Had Gorbachev offered Soviet troops to get things under control, the history of the past two decades might have been different. But Gorbachev offered no such help to rescue communist East Germany. Honecker was forced to resign, and the new leadership opened up the Berlin wall on November 9, 1989. East Berliners took little time to make their exodus to the West, and over the next days and weeks, chunks of the wall were taken as souvenirs. Within a few months, Germany reunification was underway.
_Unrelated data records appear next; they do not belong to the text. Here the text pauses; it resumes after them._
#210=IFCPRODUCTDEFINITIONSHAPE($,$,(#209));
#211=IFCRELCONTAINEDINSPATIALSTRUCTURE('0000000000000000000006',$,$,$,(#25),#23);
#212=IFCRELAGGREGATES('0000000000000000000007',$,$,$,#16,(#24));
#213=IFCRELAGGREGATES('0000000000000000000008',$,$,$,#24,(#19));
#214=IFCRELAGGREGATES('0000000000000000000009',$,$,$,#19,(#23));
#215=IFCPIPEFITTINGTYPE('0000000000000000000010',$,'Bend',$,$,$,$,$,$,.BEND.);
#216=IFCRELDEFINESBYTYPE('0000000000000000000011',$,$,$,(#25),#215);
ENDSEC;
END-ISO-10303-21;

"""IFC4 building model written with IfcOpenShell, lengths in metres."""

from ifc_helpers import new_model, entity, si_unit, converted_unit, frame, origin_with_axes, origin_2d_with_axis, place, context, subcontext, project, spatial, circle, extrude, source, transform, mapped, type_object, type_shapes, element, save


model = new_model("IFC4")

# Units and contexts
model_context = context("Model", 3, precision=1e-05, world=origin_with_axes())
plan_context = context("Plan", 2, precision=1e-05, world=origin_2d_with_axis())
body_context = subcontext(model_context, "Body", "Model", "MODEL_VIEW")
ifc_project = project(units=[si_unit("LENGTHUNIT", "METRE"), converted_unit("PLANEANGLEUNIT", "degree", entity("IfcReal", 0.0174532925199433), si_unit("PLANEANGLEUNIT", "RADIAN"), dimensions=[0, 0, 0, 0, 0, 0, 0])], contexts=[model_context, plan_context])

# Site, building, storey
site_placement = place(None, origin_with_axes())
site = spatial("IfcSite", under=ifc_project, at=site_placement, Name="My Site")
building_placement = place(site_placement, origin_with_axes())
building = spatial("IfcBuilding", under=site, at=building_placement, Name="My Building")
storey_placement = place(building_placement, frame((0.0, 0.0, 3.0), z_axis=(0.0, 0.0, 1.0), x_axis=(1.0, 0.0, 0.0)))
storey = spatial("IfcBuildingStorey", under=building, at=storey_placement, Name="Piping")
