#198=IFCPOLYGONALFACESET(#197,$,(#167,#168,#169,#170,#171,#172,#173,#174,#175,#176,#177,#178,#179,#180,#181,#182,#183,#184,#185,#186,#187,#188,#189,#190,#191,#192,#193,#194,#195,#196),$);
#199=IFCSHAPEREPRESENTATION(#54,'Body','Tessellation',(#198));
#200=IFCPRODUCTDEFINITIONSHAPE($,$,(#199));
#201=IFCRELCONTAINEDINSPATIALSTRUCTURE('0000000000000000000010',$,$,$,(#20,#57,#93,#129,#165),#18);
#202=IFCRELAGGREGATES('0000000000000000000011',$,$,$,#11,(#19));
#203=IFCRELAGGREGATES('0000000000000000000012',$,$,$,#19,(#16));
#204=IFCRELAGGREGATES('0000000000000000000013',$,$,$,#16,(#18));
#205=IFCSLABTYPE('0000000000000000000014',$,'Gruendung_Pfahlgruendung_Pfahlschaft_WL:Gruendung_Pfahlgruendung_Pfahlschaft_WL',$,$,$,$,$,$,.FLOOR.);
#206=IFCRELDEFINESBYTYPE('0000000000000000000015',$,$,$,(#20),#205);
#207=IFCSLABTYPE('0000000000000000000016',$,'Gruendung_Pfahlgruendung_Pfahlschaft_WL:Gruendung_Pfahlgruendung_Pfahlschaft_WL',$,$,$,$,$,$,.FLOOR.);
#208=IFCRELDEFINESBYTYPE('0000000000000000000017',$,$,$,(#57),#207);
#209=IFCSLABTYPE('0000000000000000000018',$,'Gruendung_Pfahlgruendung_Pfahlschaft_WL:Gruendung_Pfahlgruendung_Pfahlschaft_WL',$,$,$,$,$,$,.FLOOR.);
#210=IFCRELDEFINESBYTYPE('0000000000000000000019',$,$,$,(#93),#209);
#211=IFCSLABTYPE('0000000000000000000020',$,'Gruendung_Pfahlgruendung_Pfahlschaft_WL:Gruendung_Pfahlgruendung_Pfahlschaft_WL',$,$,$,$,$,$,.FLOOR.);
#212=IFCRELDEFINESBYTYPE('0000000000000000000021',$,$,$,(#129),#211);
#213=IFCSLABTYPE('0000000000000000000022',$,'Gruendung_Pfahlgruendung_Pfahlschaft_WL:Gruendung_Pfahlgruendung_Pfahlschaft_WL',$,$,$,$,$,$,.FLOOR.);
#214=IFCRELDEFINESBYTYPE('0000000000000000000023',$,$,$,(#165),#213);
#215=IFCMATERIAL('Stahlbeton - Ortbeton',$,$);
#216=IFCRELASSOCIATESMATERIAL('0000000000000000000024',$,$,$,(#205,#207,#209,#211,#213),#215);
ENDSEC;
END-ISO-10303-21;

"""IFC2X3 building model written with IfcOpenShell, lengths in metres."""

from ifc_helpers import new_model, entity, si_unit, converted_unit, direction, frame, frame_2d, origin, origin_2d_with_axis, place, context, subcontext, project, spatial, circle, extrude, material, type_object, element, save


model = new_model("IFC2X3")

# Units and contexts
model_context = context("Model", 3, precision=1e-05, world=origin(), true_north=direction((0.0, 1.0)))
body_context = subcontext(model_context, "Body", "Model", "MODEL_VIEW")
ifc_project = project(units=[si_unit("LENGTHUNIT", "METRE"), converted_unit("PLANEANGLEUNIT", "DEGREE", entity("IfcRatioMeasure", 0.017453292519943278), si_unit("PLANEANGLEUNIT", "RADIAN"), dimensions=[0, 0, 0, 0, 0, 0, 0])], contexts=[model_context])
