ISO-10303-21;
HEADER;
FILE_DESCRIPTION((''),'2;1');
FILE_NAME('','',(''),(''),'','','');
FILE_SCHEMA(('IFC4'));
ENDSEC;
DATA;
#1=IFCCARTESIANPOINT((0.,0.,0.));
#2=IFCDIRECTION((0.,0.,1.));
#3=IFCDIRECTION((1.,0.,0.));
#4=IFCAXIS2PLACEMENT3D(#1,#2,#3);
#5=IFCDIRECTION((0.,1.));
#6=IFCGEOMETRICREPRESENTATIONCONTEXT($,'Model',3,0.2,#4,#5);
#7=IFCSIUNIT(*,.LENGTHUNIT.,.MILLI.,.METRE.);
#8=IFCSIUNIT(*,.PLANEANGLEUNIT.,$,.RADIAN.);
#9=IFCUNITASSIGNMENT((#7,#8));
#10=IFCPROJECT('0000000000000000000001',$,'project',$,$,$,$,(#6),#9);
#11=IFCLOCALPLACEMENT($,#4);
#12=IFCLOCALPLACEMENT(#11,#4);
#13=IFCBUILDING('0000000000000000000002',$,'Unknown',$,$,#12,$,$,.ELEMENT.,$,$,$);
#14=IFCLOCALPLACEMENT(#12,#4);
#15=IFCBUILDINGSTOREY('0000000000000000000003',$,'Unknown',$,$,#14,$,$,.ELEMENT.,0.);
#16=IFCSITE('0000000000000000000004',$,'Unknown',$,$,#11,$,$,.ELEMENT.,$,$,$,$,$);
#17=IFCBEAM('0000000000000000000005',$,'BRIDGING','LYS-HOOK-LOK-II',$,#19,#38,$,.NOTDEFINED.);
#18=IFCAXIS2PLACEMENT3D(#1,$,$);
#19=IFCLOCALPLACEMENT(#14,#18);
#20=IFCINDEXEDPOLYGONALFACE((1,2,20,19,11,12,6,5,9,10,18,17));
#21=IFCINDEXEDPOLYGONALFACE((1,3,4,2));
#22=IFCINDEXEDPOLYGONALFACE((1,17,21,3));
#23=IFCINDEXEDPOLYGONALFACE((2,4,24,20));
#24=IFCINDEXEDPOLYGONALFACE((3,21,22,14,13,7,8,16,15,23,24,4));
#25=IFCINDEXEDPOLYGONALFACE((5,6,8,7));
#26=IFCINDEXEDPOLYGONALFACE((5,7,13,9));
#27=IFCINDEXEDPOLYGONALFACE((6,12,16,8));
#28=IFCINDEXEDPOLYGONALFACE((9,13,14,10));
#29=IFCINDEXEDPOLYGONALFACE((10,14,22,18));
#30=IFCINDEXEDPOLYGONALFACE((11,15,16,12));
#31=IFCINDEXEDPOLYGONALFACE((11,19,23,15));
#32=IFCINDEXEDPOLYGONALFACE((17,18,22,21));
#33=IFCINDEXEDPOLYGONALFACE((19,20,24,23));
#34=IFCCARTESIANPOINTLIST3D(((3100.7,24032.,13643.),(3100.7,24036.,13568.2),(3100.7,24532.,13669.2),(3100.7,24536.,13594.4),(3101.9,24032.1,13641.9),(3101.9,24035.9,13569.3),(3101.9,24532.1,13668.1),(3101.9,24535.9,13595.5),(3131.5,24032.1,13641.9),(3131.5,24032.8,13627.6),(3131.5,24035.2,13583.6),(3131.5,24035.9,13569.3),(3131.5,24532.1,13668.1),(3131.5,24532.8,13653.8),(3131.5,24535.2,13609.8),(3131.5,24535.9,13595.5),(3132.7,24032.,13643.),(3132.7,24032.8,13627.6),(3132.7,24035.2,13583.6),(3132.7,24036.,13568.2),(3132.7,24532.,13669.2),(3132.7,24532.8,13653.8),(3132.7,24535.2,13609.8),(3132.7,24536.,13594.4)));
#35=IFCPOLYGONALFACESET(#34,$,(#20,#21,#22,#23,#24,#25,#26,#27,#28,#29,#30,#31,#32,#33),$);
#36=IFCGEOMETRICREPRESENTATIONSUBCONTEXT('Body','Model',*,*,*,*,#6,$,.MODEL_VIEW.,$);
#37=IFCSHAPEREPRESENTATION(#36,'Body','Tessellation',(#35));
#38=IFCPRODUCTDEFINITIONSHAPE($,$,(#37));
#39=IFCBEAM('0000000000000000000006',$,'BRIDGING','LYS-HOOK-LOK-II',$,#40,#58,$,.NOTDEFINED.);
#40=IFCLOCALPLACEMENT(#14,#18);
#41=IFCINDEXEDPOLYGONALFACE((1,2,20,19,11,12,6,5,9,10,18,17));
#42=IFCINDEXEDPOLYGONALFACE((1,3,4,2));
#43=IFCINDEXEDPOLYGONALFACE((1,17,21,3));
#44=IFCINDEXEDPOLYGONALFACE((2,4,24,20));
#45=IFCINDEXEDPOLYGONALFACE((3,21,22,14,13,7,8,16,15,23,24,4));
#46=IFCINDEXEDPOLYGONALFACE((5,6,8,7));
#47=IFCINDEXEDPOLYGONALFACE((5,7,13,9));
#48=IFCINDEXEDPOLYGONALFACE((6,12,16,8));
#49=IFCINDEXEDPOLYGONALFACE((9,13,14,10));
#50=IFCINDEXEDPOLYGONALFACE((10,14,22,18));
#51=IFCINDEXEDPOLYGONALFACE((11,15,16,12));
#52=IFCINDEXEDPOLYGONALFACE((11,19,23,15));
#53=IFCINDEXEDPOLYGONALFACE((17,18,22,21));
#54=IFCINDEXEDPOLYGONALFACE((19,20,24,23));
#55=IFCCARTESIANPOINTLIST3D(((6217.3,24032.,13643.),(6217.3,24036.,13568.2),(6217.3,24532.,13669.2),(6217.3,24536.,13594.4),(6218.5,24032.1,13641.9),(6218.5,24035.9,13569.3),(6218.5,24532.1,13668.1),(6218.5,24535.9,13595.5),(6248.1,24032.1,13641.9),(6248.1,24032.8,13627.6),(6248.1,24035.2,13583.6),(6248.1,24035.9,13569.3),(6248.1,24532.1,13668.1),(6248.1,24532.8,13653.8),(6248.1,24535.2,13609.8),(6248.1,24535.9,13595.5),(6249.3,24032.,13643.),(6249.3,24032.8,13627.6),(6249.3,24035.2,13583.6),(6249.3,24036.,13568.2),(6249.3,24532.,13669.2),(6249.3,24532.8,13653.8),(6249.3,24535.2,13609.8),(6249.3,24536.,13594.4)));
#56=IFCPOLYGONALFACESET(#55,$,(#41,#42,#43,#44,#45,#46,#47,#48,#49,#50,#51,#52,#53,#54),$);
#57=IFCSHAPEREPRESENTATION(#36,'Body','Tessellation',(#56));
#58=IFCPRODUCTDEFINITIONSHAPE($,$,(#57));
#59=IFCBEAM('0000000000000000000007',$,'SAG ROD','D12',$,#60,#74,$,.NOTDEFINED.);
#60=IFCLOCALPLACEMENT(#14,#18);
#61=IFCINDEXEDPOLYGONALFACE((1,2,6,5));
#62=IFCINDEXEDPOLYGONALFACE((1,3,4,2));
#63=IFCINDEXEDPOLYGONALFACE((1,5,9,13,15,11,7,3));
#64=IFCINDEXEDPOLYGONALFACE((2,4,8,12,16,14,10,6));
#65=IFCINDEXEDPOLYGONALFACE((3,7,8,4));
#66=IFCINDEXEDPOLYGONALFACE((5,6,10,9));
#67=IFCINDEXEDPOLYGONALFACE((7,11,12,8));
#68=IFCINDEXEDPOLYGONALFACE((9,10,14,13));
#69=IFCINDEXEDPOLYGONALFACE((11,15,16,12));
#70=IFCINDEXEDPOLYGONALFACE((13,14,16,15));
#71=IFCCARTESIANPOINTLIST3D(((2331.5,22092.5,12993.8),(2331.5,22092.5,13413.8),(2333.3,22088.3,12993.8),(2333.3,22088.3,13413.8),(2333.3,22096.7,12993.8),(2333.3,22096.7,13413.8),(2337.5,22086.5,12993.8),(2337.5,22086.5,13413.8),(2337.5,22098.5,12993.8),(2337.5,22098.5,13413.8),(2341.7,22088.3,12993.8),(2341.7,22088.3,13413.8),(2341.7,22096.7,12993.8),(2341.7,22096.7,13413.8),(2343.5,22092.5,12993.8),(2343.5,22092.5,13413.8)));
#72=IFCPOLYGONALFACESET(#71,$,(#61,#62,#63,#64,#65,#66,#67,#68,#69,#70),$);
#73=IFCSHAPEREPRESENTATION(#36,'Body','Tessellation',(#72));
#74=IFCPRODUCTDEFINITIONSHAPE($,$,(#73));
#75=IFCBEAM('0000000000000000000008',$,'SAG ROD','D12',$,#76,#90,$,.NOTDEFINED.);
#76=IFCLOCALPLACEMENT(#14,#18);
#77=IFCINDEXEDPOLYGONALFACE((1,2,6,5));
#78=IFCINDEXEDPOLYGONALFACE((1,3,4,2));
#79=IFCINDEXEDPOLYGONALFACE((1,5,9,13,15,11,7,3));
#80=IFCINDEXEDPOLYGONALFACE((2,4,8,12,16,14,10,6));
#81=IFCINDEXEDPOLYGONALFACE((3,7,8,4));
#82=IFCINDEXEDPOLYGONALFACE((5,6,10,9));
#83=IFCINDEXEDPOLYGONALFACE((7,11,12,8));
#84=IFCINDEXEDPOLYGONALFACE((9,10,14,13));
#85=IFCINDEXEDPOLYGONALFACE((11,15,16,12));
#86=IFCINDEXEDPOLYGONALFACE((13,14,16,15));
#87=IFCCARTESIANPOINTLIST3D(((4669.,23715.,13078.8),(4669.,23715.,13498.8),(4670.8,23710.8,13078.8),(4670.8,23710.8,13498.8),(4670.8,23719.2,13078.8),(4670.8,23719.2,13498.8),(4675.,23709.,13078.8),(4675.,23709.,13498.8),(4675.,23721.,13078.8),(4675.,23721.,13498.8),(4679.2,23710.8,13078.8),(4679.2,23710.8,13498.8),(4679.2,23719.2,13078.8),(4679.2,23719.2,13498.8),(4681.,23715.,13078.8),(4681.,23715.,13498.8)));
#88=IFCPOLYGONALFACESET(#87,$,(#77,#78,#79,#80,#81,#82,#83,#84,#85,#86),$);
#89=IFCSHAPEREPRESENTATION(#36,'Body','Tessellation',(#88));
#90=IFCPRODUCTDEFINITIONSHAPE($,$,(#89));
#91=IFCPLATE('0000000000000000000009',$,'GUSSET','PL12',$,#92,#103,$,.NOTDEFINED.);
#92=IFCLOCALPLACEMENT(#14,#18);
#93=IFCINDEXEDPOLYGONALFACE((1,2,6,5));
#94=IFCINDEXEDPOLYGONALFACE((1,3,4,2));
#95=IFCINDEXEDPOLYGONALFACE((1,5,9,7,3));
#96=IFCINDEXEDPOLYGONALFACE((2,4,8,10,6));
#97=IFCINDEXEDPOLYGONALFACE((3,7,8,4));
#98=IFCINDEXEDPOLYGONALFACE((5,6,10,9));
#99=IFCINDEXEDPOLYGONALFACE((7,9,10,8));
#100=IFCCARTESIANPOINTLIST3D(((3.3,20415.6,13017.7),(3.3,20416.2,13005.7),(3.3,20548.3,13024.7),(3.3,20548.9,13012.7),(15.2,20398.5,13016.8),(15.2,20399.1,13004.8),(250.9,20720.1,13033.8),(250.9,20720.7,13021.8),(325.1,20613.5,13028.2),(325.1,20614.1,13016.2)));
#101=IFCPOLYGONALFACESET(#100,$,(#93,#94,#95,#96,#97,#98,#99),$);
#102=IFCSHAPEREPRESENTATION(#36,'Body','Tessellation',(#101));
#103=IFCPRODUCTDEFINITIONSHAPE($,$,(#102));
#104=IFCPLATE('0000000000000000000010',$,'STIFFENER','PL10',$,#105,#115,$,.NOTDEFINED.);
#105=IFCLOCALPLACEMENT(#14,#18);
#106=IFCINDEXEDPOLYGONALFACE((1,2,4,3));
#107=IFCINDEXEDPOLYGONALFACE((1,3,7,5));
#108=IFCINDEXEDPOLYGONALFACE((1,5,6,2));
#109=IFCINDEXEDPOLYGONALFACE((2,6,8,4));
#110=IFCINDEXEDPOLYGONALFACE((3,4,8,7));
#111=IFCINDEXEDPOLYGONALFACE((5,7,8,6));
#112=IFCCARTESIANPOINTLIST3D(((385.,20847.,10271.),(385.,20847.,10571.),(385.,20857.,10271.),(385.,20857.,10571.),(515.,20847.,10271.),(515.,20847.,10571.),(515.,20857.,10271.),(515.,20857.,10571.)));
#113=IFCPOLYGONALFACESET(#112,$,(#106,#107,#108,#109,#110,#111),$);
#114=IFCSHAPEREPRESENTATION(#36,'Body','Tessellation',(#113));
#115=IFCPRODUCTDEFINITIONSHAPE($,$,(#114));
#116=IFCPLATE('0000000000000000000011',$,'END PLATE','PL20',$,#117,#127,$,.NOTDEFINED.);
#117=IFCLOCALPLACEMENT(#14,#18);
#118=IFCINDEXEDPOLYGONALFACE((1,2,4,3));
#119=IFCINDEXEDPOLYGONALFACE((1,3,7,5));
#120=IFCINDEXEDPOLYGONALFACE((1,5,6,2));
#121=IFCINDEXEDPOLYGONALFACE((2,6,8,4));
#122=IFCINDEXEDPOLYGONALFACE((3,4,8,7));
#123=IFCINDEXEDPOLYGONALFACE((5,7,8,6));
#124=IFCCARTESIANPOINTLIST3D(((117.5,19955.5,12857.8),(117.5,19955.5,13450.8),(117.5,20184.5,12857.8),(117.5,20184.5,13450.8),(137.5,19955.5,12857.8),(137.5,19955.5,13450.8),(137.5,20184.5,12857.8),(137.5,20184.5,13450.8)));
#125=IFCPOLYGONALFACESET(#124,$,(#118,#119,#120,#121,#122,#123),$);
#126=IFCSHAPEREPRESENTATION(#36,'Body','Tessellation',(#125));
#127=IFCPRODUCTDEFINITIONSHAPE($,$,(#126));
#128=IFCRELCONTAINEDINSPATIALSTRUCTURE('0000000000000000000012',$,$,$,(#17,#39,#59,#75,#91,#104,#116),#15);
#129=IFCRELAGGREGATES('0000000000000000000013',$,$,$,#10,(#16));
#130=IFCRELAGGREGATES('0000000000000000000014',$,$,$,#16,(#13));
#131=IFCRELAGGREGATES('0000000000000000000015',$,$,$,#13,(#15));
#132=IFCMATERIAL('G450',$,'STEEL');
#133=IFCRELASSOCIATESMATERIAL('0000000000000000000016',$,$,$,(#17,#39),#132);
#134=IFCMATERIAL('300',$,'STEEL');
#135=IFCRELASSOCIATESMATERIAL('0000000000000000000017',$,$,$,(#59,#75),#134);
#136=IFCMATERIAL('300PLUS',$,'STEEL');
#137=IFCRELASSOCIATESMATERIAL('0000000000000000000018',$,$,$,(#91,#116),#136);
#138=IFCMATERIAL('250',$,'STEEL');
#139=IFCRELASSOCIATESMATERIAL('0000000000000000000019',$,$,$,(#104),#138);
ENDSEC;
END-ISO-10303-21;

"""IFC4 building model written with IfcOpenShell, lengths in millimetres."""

from ifc_helpers import new_model, si_unit, direction, frame, origin_with_axes, place, context, subcontext, project, spatial, line, indexed_curve, outline, extrude, material, element, save


model = new_model("IFC4")

# Units and contexts
model_context = context("Model", 3, precision=0.2, world=origin_with_axes(), true_north=direction((0.0, 1.0)))
body_context = subcontext(model_context, "Body", "Model", "MODEL_VIEW")
ifc_project = project(units=[si_unit("LENGTHUNIT", "METRE", prefix="MILLI"), si_unit("PLANEANGLEUNIT", "RADIAN")], contexts=[model_context])

# Site, building, storey
site_placement = place(None, origin_with_axes())
site = spatial("IfcSite", under=ifc_project, at=site_placement, Name="Unknown", CompositionType="ELEMENT")
building_placement = place(site_placement, origin_with_axes())
building = spatial("IfcBuilding", under=site, at=building_placement, Name="Unknown", CompositionType="ELEMENT")
storey_placement = place(building_placement, origin_with_axes())
storey = spatial("IfcBuildingStorey", under=building, at=storey_placement, Name="Unknown", CompositionType="ELEMENT", Elevation=0.0)

# Beams
ifc_material_1 = material(Name="300PLUS", Category="STEEL")
ifc_material_2 = material(Name="G450", Category="STEEL")
for number, where, z_axis, x_axis, name in (
    (1, (3116.7, 24034.0, 13605.6), (1.0, 0.0, 0.0), (0.0, 0.99863, 0.052328), "BRIDGING"),
    (2, (6233.3, 24034.0, 13605.6), (1.0, 0.0, 0.0), (0.0, 0.99863, 0.052328), "BRIDGING"),
):
    element("IfcBeam", number, at=place(storey_placement, frame(where, z_axis=z_axis, x_axis=x_axis)), inside=storey, material=ifc_material_2, Name=name, Description="LYS-HOOK-LOK-II", PredefinedType="NOTDEFINED", context=body_context, shape_type="SolidModel", body=[
        extrude(outline(indexed_curve([(16.0, -37.5), (16.0, -22.0), (14.8, -22.0), (14.8, -36.3), (-14.8, -36.3), (-14.8, 36.3), (14.8, 36.3), (14.8, 22.0), (16.0, 22.0), (16.0, 37.5), (-16.0, 37.5), (-16.0, -37.5)], segments=[line(1, 2, 3, 4, 5, 6, 7, 8, 9, 10, 11, 12, 1)])), frame((0.0, 0.0, 0.0), z_axis=(-1.0, 0.0, 0.0), x_axis=(0.0, 0.0, 1.0)), (0.0, 0.0, -1.0), 500.7),
    ])
ifc_material_3 = material(Name="300", Category="STEEL")
for number, where, z_axis, x_axis, name in (
    (3, (2337.5, 22092.5, 13413.8), (1.0, 0.0, 0.0), (0.0, 0.0, -1.0), "SAG ROD"),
Yet, while the Wall fell, things have not gone easily for Germany. Communism took its toll on East Germany, and now 20 years later, the western part of the country is still propping up its re-attached other half. While the people from the East were freed from tyranny and political oppression, their transition to a free market economic system has been slow. From the point of view of West Germans, the fall of the Wall was costly and they were the ones forced to shoulder most of the economic burden. Gunther Bially in Hamburg wrote:
"The government took a little percentage out of our pay checks called the Soli (short for Solidaritätszuschlag). They told us it would be only for two years or so. Twenty years later we still pay the Soli. Every year West Germany pumps some 100 billion euros into East Germany to keep it alive and going. Without our money many parts of East Germany would collapse. There does not seem to be an end to this.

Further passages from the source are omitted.